Publié le lundi 1 juin 2009
La frontière, La JONQUERA et la maison close de l'Europe
Toutes sortes de maisons existent : celle, chinoise, de papier, la maison du peuple écrite par Louis Guilloux, les maisons de la culture inventées par André Malraux...Et les maisons closes... Parlons-en.

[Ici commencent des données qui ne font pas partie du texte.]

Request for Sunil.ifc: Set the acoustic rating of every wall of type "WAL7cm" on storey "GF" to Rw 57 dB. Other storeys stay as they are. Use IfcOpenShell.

First a look at what the model holds.

```python
import ifcopenshell
import ifcopenshell.util.element

model = ifcopenshell.open("Sunil.ifc")
print(model.schema)
storey = next(s for s in model.by_type("IfcBuildingStorey") if s.Name == "GF")
walls = [e for e in ifcopenshell.util.element.get_decomposition(storey) if e.is_a("IfcWall")]
seen = {}
for e in walls:
    element_type = ifcopenshell.util.element.get_type(e)
    key = (element_type.Name if element_type != e and element_type else None, ifcopenshell.util.element.get_pset(e, "Pset_WallCommon", "AcousticRating"))
    seen[key] = seen.get(key, 0) + 1
for (name, value), count in sorted(seen.items(), key=str):
    print(count, "x", name, "|", value)
```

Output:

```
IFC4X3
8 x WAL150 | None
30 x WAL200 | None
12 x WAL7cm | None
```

```python
import ifcopenshell
import ifcopenshell.api.pset
import ifcopenshell.util.element

model = ifcopenshell.open("Sunil.ifc")

storey = next(s for s in model.by_type("IfcBuildingStorey") if s.Name == "GF")
walls = [e for e in ifcopenshell.util.element.get_decomposition(storey) if e.is_a("IfcWall")]

count = 0
for e in walls:
    element_type = ifcopenshell.util.element.get_type(e)
    if element_type in (None, e) or element_type.Name != "WAL7cm":
        continue
    # add_pset returns the element's existing set when there is one.
    pset = ifcopenshell.api.pset.add_pset(model, product=e, name="Pset_WallCommon")
    ifcopenshell.api.pset.edit_pset(model, pset=pset, properties={"AcousticRating": "Rw 57 dB"})
    count += 1

print(count, "walls updated")

model.write("Sunil_v2.ifc")
```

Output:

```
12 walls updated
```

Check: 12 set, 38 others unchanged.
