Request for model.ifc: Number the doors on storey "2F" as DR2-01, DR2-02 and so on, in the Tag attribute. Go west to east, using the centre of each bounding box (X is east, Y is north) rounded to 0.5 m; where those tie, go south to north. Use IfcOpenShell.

First a look at what the model holds.

```python
import ifcopenshell
import ifcopenshell.util.element
import ifcopenshell.util.placement

model = ifcopenshell.open("model.ifc")
print(model.schema)
storey = next(s for s in model.by_type("IfcBuildingStorey") if s.Name == "2F")
doors = [e for e in ifcopenshell.util.element.get_decomposition(storey) if e.is_a("IfcDoor")]
for e in sorted(doors, key=lambda e: e.id()):
    origin = ifcopenshell.util.placement.get_local_placement(e.ObjectPlacement)[:3, 3]
    print(e.id(), e.Tag, e.Name, origin.round(2) + 0.0, sep=" | ")
```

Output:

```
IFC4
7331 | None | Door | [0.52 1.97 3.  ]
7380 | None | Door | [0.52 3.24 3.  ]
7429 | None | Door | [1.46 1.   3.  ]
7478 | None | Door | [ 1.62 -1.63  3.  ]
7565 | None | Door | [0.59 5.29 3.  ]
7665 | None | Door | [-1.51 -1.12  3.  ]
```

```python
import ifcopenshell
import ifcopenshell.geom
import ifcopenshell.util.element
import ifcopenshell.util.shape

model = ifcopenshell.open("model.ifc")
settings = ifcopenshell.geom.settings()
settings.set("use-world-coords", True)


def centre(element):
    shape = ifcopenshell.geom.create_shape(settings, element)
    return ifcopenshell.util.shape.get_bbox_centroid(shape.geometry)


storey = next(s for s in model.by_type("IfcBuildingStorey") if s.Name == "2F")
doors = [e for e in ifcopenshell.util.element.get_decomposition(storey) if e.is_a("IfcDoor")]

# Insertion points can sit at a corner or the storey origin, so sort by the geometry (in metres).
centres = {e: centre(e) for e in doors}
doors.sort(key=lambda e: (round(centres[e][0] / 0.5), centres[e][1]))

for i, e in enumerate(doors, start=1):
    number = f"DR2-{i:02d}"
    e.Tag = number
    print(e.id(), number)

model.write("model_v2.ifc")
```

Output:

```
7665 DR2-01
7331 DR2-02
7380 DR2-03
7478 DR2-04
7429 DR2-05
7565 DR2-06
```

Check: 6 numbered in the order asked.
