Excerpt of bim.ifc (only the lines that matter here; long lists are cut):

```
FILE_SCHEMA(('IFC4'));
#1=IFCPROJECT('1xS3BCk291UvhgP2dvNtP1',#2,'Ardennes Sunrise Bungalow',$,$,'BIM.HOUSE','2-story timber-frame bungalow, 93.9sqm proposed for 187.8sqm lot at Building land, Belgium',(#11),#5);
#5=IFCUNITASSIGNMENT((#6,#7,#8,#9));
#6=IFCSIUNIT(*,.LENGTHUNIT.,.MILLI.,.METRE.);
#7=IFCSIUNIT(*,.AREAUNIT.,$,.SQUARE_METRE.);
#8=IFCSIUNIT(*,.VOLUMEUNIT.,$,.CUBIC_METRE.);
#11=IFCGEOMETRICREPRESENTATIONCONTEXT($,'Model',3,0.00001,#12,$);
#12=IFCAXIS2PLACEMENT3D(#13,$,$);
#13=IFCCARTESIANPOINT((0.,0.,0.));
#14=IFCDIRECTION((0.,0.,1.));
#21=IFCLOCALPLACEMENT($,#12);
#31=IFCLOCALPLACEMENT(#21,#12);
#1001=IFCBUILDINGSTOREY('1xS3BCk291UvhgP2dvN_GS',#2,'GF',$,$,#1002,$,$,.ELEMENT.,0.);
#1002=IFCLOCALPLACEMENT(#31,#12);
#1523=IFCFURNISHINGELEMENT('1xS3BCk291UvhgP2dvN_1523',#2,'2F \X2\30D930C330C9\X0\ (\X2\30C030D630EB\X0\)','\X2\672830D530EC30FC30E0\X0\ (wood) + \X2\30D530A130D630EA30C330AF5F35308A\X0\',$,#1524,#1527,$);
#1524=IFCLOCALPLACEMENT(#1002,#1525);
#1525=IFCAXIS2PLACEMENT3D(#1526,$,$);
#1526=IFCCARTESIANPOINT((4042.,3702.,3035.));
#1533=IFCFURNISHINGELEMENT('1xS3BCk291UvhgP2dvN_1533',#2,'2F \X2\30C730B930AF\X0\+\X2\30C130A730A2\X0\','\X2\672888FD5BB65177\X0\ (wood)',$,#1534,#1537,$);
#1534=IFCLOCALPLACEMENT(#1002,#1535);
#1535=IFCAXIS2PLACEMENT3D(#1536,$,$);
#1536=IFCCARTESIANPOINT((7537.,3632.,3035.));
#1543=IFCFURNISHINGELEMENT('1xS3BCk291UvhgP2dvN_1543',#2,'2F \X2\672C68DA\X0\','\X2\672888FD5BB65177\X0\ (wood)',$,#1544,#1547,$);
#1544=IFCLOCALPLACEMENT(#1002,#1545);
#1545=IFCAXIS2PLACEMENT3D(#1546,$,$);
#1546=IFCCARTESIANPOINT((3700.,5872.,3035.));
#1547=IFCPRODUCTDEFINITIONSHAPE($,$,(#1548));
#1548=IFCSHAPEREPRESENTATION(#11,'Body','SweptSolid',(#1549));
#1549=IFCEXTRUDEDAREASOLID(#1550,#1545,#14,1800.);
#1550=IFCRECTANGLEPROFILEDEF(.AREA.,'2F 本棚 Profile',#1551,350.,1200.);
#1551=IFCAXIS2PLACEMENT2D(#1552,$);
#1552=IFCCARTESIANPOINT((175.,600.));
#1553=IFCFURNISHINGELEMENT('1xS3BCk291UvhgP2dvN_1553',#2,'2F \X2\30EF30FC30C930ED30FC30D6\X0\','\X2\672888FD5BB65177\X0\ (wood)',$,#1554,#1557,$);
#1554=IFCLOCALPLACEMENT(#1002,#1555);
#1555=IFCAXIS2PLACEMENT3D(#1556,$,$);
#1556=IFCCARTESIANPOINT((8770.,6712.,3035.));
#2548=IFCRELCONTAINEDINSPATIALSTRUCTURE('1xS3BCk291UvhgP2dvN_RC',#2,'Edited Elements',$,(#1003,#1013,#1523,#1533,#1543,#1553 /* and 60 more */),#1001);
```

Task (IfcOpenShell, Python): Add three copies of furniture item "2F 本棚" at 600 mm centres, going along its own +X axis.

```python
import ifcopenshell
import ifcopenshell.api.geometry
import ifcopenshell.api.root
import ifcopenshell.util.element
import ifcopenshell.util.placement

model = ifcopenshell.open("bim.ifc")


def reuse_history(source, copy):
    """copy_class also copies each property set's owner history, people and application; keep the originals."""
    for rel in copy.IsDefinedBy:
        if rel.is_a("IfcRelDefinesByProperties") and (history := rel.RelatingPropertyDefinition.OwnerHistory):
            rel.RelatingPropertyDefinition.OwnerHistory = source.OwnerHistory
            ifcopenshell.util.element.remove_deep2(model, history)


source = model.by_id(1543)
base = ifcopenshell.util.placement.get_local_placement(source.ObjectPlacement)
step = base[:3, 0] * 600.0

for i in range(1, 4):
    copy = ifcopenshell.api.root.copy_class(model, product=source)
    copy.Representation = ifcopenshell.util.element.copy_deep(
        model, source.Representation, exclude=["IfcGeometricRepresentationContext", "IfcRepresentationMap"]
    )
    reuse_history(source, copy)
    matrix = base.copy()
    matrix[:3, 3] += i * step
    print("added at", matrix[:3, 3].round(3) + 0.0)
    ifcopenshell.api.geometry.edit_object_placement(model, product=copy, matrix=matrix, is_si=False)

model.write("bim_v2.ifc")
```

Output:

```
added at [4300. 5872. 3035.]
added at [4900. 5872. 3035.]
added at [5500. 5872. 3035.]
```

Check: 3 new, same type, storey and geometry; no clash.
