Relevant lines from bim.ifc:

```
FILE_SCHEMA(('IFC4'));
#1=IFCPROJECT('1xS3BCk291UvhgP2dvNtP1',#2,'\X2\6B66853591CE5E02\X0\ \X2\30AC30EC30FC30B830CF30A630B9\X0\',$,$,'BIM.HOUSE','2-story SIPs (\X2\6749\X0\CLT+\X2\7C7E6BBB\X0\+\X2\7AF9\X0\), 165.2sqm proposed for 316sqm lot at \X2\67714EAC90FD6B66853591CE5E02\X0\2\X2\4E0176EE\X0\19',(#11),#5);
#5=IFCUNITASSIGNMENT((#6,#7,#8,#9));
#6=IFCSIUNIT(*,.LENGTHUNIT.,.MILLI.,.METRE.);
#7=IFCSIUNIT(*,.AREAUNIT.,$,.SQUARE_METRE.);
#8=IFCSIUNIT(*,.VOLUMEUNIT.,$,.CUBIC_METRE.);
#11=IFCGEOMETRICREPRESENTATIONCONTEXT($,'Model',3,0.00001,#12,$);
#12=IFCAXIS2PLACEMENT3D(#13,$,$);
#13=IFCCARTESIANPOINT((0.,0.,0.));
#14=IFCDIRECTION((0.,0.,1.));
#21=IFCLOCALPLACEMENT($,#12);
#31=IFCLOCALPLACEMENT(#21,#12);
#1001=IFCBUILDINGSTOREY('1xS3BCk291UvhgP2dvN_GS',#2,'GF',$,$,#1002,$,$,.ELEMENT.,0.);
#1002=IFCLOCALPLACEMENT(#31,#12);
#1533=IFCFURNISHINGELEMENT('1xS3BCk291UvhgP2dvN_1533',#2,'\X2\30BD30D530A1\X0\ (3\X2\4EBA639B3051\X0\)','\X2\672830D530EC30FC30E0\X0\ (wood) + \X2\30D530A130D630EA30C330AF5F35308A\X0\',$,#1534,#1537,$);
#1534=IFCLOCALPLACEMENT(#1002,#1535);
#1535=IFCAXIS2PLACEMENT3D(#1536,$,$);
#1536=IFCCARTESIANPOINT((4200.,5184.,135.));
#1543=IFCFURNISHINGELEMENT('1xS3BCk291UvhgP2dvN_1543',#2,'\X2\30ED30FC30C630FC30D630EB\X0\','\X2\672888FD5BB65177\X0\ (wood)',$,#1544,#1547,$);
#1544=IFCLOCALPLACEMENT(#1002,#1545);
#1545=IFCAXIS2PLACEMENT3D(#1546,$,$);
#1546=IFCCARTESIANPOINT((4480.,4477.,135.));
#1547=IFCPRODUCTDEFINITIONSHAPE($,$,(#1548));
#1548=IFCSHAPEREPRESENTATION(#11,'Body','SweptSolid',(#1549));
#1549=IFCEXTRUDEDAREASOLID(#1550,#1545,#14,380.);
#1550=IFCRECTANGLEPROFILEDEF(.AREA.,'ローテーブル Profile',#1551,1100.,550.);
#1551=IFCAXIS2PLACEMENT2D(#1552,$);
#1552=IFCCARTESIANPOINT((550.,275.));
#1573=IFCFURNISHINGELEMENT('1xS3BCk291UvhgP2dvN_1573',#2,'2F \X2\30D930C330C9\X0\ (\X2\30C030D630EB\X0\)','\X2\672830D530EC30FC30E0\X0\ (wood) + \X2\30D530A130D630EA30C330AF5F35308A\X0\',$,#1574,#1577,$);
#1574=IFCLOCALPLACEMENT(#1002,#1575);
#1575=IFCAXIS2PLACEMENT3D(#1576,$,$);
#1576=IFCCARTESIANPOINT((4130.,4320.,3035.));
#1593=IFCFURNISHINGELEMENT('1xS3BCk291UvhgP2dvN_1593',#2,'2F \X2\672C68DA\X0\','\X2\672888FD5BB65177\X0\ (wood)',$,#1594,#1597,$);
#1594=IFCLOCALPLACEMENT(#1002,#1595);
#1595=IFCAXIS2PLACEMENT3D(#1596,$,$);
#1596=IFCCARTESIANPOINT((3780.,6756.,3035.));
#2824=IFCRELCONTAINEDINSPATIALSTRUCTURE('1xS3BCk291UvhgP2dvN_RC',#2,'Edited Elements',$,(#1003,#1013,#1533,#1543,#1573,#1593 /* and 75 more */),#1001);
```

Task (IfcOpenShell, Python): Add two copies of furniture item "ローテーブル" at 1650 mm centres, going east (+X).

```python
import numpy as np
import ifcopenshell
import ifcopenshell.api.geometry
import ifcopenshell.api.root
import ifcopenshell.util.element
import ifcopenshell.util.placement
import ifcopenshell.util.unit

model = ifcopenshell.open("bim.ifc")
unit_scale = ifcopenshell.util.unit.calculate_unit_scale(model)


def reuse_history(source, copy):
    """copy_class also copies each property set's owner history, people and application; keep the originals."""
    for rel in copy.IsDefinedBy:
        if rel.is_a("IfcRelDefinesByProperties") and (history := rel.RelatingPropertyDefinition.OwnerHistory):
            rel.RelatingPropertyDefinition.OwnerHistory = source.OwnerHistory
            ifcopenshell.util.element.remove_deep2(model, history)


source = model.by_guid("1xS3BCk291UvhgP2dvN_1543")
base = ifcopenshell.util.placement.get_local_placement(source.ObjectPlacement)
step = np.array([1.0, 0.0, 0.0]) * 1.65 / unit_scale

for i in range(1, 3):
    copy = ifcopenshell.api.root.copy_class(model, product=source)
    copy.Representation = ifcopenshell.util.element.copy_deep(
        model, source.Representation, exclude=["IfcGeometricRepresentationContext", "IfcRepresentationMap"]
    )
    reuse_history(source, copy)
    matrix = base.copy()
    matrix[:3, 3] += i * step
    print("added at", matrix[:3, 3].round(3) + 0.0)
    ifcopenshell.api.geometry.edit_object_placement(model, product=copy, matrix=matrix, is_si=False)

model.write("bim_edited.ifc")
```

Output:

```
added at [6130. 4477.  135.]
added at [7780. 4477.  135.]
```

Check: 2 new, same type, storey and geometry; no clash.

Ici, en Catalogne, à la Jonquera, juste après la frontière, se bâtit depuis des années une immense maison close. En raison d'une demande énorme, due à l'incroyable concentration de routiers sur les parkings de ce modeste hameau, mais stratégique en raison de la proximité de la frontière et de la présence des douanes, une incroyable usine du sexe s'est développée.
Il y eut toujours des bordels, à Figueres ou à Gérone, mais à présent, ce sont des hôtels, des immeubles pour chambres d'hôtes d'un style particuliers, des clubs privés, qui ont poussé le long de la route. Des jeunes gens, de Toulouse ou de Montpellier, viennent ici, à trois ou quatre dans une voiture et partagent les frais du voyage: c'est moins cher (75 euros la passe) que de se procurer une dame sur place et puis, c'est l'exotisme, la fête, une initiation qui vous procure la sensation d'être vraiment un adulte. Les adultes, eux, les hommes mariés, les bourgeois de Perpignan y viennent aussi, le samedi soir ou le dimanche, dans des boîtes plus huppées, la Isla, le Moon night, le Baby doll, prétextant un voyage d'affaire; puis, le lundi matin, se précipitent, angoissés, à l'hôpital pour un test :"Je ne me suis pas protégé; et si j'avais contracté le sida..?"
Ici, à La Jonquera, le décor a changé. Un hôtel, le Madam's, destiné autrefois aux mariages et aux banquets, est devenu...un lupanar; et la chapelle juste à côté, qui célèbre Notre-Dame de la Mercé, est désafectée : le commerce de la chair ne respecte vraiment plus rien...
Le routier faisait naguère entrer la prostituée dans la cabine close de son camion. La péripatéticienne opérait depuis des années le long de la nationale, sous les ponts ou dans les chemins de traverse : à l'air libre. Désormais, le commerce sexuel est enfermé, mis en garde à vue dans les hôtels spécialisés, clos dans les maisons closes. Pour moraliser la chose, pour que la vénalité des corps ne soit plus visible depuis la voiture du touriste non initié, qui voyage par là, donc pour mieux contrôler ces échanges particuliers..? Non, pour brider la liberté des dames qui seraient tenter d'opérer pour leur compte, en pleine nature : elles seront désormais frappées d'une lourde amende. Mais dans la nuit close des chambres aveugles, l'exploitation de pauvres filles de pays africains ou européens, de l'Est surtout, pourra se développer de façon secrète et les proxénètes bénéficieront d'une sécurité accru : ils paieront des impôts comme les autres commerçants, mais leur petite entreprise a pignon sur route...Légalisés les bordels par la Generalitat de Catalogne, éliminés -en théorie- les clandestins, mais les mafias et les réseaux troubles s'activent derrière les façades normalisés de ces établissements proprets, munis de douches et de draps propres...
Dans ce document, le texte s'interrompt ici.